**Required action:** Lines containing the word "wood" are to be copied from the data below.

**Recorded information:**

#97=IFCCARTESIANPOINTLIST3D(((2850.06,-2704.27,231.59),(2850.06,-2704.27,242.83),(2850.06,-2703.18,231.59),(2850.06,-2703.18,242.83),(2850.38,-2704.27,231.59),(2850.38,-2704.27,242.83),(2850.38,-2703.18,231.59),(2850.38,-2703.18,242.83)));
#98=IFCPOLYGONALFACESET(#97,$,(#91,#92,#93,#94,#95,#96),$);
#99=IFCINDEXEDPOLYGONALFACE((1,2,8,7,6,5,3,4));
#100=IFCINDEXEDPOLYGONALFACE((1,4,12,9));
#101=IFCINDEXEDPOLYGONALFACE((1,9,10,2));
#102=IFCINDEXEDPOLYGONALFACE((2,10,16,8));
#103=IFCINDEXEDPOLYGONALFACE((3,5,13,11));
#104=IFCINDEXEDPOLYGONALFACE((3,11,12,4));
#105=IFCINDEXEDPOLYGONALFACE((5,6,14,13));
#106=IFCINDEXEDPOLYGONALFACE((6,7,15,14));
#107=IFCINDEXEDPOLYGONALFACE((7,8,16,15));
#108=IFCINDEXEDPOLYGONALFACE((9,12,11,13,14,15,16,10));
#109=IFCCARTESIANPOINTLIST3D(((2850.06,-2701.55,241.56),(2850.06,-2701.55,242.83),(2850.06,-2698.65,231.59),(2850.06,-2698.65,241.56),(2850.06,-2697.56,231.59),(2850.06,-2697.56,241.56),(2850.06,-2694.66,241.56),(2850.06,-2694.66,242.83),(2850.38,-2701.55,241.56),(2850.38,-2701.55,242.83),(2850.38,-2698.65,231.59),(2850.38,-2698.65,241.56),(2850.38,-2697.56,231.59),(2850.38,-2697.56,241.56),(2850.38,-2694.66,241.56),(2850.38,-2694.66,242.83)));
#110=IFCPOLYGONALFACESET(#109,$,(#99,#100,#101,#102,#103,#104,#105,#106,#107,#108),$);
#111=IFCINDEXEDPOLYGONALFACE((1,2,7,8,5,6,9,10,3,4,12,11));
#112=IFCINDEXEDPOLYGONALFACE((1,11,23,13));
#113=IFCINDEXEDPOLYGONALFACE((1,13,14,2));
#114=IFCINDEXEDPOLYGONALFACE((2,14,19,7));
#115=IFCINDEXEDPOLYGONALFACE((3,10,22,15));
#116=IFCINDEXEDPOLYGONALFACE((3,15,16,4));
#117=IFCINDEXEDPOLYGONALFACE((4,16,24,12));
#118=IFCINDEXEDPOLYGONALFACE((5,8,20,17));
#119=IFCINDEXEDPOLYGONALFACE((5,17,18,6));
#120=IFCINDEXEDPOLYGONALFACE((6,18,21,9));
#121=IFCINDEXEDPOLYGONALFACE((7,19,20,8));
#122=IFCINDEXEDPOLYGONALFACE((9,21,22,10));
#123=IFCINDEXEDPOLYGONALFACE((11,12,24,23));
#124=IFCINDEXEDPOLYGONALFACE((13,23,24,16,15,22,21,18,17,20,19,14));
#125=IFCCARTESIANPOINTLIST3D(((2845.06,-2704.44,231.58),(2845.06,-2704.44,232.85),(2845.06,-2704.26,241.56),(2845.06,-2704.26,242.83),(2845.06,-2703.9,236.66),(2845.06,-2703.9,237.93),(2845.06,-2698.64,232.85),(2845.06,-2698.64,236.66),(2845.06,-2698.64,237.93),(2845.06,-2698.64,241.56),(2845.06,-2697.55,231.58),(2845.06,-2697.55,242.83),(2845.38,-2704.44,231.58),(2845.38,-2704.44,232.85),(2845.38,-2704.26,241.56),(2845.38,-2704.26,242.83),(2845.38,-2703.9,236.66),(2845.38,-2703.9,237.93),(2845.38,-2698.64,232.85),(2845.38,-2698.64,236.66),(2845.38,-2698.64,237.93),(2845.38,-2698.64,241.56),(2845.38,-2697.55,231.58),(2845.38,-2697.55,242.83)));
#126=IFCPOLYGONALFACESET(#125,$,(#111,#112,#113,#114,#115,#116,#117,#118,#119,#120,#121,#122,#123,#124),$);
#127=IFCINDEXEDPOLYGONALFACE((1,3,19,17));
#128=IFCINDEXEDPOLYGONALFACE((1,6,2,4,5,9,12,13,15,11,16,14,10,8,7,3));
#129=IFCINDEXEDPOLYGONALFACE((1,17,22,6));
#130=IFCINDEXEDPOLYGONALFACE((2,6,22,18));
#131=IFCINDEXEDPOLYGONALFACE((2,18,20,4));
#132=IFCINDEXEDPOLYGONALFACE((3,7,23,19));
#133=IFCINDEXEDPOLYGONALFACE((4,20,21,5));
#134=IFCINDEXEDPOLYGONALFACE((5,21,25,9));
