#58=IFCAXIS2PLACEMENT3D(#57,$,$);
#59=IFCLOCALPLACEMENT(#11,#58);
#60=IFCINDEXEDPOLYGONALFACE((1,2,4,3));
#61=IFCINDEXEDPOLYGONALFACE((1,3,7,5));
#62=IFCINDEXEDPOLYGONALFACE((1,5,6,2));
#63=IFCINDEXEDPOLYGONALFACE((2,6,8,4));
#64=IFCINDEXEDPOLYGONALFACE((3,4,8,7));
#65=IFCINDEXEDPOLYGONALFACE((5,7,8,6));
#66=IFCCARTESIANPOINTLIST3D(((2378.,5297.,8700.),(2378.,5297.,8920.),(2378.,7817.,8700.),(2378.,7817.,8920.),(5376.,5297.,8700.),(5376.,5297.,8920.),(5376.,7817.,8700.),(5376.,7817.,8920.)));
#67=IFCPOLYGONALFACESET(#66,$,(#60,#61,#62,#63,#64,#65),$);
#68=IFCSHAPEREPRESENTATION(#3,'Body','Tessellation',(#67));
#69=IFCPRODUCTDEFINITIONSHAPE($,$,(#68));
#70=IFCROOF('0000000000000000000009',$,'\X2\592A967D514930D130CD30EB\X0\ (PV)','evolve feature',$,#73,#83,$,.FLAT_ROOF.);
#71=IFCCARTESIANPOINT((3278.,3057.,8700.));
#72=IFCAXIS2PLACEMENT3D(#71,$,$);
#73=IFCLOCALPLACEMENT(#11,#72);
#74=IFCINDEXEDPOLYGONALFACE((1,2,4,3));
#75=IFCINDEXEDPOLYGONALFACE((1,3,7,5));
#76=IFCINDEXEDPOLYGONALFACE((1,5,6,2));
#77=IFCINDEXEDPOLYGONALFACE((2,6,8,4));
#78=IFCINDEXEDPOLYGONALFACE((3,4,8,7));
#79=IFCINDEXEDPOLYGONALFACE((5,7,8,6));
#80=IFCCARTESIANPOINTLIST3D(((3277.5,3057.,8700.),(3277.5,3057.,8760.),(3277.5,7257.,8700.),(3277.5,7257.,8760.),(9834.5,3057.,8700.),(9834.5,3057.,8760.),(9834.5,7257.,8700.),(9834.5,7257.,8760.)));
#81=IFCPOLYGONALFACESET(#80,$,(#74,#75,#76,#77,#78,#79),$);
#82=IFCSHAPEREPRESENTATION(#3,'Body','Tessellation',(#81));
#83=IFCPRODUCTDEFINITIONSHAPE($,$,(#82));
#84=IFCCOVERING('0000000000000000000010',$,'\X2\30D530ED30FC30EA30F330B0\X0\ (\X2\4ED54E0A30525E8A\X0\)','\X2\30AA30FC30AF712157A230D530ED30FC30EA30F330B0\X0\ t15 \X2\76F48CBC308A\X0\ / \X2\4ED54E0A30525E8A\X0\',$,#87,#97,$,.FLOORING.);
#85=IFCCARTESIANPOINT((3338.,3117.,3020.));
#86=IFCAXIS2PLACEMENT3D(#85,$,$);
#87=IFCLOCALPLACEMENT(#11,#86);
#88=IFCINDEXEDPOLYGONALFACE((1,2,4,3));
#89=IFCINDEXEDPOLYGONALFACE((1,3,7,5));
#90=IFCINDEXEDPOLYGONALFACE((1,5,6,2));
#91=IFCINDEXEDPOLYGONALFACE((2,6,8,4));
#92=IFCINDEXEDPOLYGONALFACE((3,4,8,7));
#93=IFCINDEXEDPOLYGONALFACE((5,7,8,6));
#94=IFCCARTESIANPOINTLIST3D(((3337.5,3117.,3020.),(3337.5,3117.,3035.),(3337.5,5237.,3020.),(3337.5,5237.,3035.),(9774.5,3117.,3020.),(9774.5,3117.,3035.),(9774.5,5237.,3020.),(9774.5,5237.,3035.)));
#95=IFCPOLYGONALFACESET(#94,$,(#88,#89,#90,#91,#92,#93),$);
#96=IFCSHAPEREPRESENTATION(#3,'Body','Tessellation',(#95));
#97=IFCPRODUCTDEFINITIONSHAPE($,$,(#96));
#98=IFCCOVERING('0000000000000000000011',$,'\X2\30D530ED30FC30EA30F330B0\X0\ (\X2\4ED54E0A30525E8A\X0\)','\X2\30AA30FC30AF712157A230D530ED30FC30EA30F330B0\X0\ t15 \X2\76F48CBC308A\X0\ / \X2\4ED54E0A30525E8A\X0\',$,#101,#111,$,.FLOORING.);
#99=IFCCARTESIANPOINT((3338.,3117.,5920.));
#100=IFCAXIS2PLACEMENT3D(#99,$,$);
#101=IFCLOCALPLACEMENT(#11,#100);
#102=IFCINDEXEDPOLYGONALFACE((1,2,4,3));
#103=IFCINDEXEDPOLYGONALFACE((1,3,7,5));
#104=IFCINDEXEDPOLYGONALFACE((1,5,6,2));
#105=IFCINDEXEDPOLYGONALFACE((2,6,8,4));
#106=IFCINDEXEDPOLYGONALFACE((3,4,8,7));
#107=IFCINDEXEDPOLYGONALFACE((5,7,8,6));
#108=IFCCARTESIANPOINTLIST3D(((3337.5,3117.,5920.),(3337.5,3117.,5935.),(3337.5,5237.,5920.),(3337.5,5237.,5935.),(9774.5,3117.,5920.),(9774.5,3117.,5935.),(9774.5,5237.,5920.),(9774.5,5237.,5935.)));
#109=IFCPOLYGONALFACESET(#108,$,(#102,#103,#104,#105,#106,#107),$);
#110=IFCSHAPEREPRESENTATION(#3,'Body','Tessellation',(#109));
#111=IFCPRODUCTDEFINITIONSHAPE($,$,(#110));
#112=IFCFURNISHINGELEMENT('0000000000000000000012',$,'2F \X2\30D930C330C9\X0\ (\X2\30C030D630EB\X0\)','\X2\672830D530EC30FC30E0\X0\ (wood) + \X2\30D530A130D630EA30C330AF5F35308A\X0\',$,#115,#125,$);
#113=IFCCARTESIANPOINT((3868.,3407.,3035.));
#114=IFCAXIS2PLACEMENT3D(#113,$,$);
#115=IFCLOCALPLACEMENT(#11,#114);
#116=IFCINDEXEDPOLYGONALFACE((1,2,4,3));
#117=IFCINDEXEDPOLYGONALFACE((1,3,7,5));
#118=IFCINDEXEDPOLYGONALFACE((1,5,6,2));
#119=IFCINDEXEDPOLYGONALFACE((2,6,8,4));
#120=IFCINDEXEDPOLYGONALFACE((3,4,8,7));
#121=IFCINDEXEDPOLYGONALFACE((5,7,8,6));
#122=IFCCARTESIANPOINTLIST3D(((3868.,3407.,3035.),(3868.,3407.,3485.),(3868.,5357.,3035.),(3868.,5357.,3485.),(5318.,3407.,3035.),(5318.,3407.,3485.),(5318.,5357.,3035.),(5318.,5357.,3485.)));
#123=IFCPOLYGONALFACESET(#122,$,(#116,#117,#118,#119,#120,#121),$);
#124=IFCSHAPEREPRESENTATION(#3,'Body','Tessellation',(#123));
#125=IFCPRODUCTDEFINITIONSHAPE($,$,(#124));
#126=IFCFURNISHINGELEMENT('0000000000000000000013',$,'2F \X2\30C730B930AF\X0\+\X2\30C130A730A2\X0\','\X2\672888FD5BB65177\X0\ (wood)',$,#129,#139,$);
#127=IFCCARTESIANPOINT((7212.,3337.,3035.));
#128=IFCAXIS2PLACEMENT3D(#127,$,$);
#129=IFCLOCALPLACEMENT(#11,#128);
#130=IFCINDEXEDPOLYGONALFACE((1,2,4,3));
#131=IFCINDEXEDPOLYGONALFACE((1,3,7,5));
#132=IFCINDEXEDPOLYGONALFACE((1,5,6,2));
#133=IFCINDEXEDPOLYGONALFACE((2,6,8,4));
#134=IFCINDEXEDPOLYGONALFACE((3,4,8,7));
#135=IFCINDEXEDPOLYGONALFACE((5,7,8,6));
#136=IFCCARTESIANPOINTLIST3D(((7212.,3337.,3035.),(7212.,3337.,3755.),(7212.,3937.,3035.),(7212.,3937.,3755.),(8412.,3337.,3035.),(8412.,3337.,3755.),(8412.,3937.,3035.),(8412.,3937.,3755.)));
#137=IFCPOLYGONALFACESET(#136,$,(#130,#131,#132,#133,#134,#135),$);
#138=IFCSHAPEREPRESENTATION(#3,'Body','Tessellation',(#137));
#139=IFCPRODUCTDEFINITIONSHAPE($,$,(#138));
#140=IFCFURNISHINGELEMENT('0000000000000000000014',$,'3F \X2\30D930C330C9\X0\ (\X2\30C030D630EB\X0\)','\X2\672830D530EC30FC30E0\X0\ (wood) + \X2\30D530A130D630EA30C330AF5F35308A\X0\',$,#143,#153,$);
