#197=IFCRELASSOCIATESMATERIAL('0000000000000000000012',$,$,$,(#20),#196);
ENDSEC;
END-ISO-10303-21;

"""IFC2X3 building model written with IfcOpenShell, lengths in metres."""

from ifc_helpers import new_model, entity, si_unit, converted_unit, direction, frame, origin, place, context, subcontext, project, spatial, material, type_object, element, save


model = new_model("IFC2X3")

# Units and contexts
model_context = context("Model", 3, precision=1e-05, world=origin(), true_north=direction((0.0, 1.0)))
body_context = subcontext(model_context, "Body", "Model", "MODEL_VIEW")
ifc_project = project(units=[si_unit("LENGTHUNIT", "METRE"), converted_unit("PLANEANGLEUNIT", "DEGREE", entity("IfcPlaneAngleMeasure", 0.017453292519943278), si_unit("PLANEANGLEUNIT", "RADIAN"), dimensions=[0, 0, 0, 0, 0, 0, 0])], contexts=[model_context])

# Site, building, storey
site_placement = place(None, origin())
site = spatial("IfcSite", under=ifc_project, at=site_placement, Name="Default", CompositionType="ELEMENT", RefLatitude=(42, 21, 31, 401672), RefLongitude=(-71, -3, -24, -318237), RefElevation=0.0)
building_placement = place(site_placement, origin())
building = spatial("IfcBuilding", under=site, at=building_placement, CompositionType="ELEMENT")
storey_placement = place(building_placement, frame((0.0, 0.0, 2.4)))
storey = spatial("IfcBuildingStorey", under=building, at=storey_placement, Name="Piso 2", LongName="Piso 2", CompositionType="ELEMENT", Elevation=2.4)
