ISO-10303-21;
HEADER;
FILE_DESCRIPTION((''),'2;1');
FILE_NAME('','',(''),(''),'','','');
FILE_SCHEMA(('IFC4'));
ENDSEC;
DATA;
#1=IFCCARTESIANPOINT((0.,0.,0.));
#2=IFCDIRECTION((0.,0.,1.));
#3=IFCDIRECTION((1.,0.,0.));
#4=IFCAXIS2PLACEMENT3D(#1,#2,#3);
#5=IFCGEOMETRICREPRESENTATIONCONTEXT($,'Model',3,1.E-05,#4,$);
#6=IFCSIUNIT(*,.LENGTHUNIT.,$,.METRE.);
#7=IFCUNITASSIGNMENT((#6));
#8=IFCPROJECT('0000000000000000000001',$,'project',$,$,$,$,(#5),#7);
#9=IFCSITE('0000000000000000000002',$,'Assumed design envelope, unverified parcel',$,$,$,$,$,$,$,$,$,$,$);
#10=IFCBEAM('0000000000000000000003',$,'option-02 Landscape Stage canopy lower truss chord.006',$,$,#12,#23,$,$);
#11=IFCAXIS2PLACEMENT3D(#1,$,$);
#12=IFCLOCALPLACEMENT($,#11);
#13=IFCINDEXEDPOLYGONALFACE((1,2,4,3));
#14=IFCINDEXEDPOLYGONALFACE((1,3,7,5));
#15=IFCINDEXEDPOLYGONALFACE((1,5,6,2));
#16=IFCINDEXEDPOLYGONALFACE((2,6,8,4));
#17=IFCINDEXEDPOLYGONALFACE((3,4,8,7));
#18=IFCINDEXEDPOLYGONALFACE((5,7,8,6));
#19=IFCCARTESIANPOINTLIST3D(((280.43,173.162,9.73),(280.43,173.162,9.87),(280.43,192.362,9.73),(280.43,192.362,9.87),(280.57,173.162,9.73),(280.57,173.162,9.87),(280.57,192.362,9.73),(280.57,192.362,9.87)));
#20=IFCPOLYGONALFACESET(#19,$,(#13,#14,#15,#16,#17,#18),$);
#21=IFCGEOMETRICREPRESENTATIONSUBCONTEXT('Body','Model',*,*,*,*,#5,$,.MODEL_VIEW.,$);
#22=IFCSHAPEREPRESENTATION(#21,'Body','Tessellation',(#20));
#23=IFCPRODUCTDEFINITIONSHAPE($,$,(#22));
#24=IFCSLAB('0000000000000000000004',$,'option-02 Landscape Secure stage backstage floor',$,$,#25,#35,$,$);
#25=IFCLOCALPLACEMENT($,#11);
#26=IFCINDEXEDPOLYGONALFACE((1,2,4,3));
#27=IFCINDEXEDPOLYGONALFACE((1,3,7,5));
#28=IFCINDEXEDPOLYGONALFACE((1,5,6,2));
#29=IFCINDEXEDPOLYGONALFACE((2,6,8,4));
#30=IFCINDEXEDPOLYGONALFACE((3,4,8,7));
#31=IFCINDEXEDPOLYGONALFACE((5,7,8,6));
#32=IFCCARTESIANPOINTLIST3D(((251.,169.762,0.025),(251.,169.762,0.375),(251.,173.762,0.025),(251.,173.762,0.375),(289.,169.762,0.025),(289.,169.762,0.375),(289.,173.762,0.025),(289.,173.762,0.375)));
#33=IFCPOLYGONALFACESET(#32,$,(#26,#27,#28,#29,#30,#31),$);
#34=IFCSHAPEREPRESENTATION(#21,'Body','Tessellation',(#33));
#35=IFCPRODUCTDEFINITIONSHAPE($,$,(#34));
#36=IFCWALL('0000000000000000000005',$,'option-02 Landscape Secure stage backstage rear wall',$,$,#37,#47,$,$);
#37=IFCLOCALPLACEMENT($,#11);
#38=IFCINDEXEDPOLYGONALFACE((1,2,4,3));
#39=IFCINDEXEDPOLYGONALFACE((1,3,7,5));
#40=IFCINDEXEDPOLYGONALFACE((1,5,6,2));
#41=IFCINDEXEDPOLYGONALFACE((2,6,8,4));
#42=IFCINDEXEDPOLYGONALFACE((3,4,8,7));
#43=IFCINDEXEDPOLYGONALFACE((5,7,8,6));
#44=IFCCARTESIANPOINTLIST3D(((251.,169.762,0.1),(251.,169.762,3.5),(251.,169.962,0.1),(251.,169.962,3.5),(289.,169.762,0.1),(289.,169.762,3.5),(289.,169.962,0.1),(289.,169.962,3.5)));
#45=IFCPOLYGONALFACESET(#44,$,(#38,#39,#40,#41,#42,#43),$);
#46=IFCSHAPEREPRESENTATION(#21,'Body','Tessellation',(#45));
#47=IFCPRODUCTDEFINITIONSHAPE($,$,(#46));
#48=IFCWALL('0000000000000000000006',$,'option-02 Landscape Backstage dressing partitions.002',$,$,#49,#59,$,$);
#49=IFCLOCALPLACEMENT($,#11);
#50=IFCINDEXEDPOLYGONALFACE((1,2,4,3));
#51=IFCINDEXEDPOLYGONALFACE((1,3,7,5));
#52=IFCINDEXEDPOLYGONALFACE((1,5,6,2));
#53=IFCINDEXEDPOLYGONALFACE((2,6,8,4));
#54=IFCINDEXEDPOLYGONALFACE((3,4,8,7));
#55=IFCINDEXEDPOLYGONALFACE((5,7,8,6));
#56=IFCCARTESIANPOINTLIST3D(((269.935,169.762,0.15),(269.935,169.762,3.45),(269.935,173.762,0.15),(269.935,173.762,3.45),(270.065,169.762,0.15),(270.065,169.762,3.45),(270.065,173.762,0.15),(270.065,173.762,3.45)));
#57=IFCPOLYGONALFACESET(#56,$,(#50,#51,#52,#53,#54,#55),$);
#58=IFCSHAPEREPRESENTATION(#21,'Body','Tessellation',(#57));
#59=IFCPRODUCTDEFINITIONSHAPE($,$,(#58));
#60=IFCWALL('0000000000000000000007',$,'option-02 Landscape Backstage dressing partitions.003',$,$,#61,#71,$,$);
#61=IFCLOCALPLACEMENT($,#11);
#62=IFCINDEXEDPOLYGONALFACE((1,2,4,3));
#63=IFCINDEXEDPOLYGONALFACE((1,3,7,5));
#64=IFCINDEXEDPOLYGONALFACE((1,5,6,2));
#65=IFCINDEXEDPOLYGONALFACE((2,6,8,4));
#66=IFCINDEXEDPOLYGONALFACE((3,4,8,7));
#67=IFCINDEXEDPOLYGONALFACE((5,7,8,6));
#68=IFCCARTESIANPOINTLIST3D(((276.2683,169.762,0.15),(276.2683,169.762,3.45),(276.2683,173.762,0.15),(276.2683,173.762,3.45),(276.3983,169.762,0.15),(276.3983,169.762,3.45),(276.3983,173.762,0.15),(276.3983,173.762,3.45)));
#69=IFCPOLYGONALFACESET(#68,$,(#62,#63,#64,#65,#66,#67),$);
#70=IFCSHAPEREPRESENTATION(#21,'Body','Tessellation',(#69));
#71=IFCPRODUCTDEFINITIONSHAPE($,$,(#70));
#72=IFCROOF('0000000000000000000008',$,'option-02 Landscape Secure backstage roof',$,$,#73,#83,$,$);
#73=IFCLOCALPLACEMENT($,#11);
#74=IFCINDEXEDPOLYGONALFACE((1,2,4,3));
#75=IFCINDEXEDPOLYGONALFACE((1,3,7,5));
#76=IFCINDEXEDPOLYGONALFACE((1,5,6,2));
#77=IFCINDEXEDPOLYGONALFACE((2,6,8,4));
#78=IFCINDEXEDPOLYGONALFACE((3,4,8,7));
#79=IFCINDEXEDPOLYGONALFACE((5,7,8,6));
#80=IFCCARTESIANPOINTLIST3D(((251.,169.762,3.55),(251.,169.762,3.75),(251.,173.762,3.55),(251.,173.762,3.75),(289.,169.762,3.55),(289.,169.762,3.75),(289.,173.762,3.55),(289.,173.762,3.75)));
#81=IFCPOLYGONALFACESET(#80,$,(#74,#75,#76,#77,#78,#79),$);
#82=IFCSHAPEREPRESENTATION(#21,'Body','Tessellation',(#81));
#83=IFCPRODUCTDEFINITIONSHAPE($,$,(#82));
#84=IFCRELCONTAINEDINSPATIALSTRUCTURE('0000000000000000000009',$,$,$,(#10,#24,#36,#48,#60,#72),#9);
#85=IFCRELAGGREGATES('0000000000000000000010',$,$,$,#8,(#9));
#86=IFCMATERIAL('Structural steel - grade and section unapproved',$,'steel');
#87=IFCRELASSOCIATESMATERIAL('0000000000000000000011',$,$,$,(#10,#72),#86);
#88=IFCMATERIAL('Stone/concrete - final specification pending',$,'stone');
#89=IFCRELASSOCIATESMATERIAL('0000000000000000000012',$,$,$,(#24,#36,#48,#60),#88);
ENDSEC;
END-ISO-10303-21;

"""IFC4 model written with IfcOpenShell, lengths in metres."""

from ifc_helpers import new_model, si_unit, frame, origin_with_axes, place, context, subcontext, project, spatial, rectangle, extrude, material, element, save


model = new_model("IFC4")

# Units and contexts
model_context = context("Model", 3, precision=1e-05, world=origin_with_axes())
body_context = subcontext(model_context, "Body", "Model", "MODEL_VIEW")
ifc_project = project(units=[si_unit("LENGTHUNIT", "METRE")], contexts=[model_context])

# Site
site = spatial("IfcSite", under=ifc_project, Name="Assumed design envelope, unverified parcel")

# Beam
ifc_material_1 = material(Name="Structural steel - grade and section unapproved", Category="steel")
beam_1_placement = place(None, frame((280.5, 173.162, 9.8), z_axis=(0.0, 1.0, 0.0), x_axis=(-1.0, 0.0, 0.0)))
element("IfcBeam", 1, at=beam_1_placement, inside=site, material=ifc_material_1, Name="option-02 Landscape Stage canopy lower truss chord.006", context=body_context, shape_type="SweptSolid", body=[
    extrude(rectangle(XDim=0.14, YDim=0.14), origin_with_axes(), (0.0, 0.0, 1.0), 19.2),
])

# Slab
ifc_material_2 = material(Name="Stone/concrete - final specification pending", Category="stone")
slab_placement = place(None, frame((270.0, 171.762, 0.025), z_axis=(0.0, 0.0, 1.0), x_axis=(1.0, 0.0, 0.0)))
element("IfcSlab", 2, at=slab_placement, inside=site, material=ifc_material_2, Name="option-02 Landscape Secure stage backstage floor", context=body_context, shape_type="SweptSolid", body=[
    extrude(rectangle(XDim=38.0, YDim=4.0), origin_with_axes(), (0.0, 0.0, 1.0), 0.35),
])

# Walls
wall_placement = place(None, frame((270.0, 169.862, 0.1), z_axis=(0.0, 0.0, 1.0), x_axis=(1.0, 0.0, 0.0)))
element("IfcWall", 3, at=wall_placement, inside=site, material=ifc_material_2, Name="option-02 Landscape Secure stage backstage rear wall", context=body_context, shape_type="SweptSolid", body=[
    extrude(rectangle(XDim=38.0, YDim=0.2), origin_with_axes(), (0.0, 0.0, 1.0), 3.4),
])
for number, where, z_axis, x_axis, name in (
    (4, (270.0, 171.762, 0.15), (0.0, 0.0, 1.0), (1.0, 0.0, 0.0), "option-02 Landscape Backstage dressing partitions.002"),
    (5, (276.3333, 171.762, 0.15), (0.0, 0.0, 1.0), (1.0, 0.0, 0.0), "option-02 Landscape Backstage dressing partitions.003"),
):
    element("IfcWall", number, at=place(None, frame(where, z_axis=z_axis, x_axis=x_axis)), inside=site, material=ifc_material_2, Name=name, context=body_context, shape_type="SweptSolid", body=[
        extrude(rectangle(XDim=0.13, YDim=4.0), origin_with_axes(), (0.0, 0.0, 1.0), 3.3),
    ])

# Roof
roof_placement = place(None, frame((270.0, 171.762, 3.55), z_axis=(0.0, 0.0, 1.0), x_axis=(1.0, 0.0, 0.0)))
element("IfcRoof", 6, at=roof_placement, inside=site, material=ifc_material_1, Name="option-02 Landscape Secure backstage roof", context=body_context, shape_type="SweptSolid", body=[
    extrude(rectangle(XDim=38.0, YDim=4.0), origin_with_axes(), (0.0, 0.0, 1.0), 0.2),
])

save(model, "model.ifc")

**Completed task:**
#112=IFCFURNISHINGELEMENT('0000000000000000000012',$,'2F \X2\30D930C330C9\X0\ (\X2\30C030D630EB\X0\)','\X2\672830D530EC30FC30E0\X0\ (wood) + \X2\30D530A130D630EA30C330AF5F35308A\X0\',$,#115,#125,$);
#126=IFCFURNISHINGELEMENT('0000000000000000000013',$,'2F \X2\30C730B930AF\X0\+\X2\30C130A730A2\X0\','\X2\672888FD5BB65177\X0\ (wood)',$,#129,#139,$);
#140=IFCFURNISHINGELEMENT('0000000000000000000014',$,'3F \X2\30D930C330C9\X0\ (\X2\30C030D630EB\X0\)','\X2\672830D530EC30FC30E0\X0\ (wood) + \X2\30D530A130D630EA30C330AF5F35308A\X0\',$,#143,#153,$);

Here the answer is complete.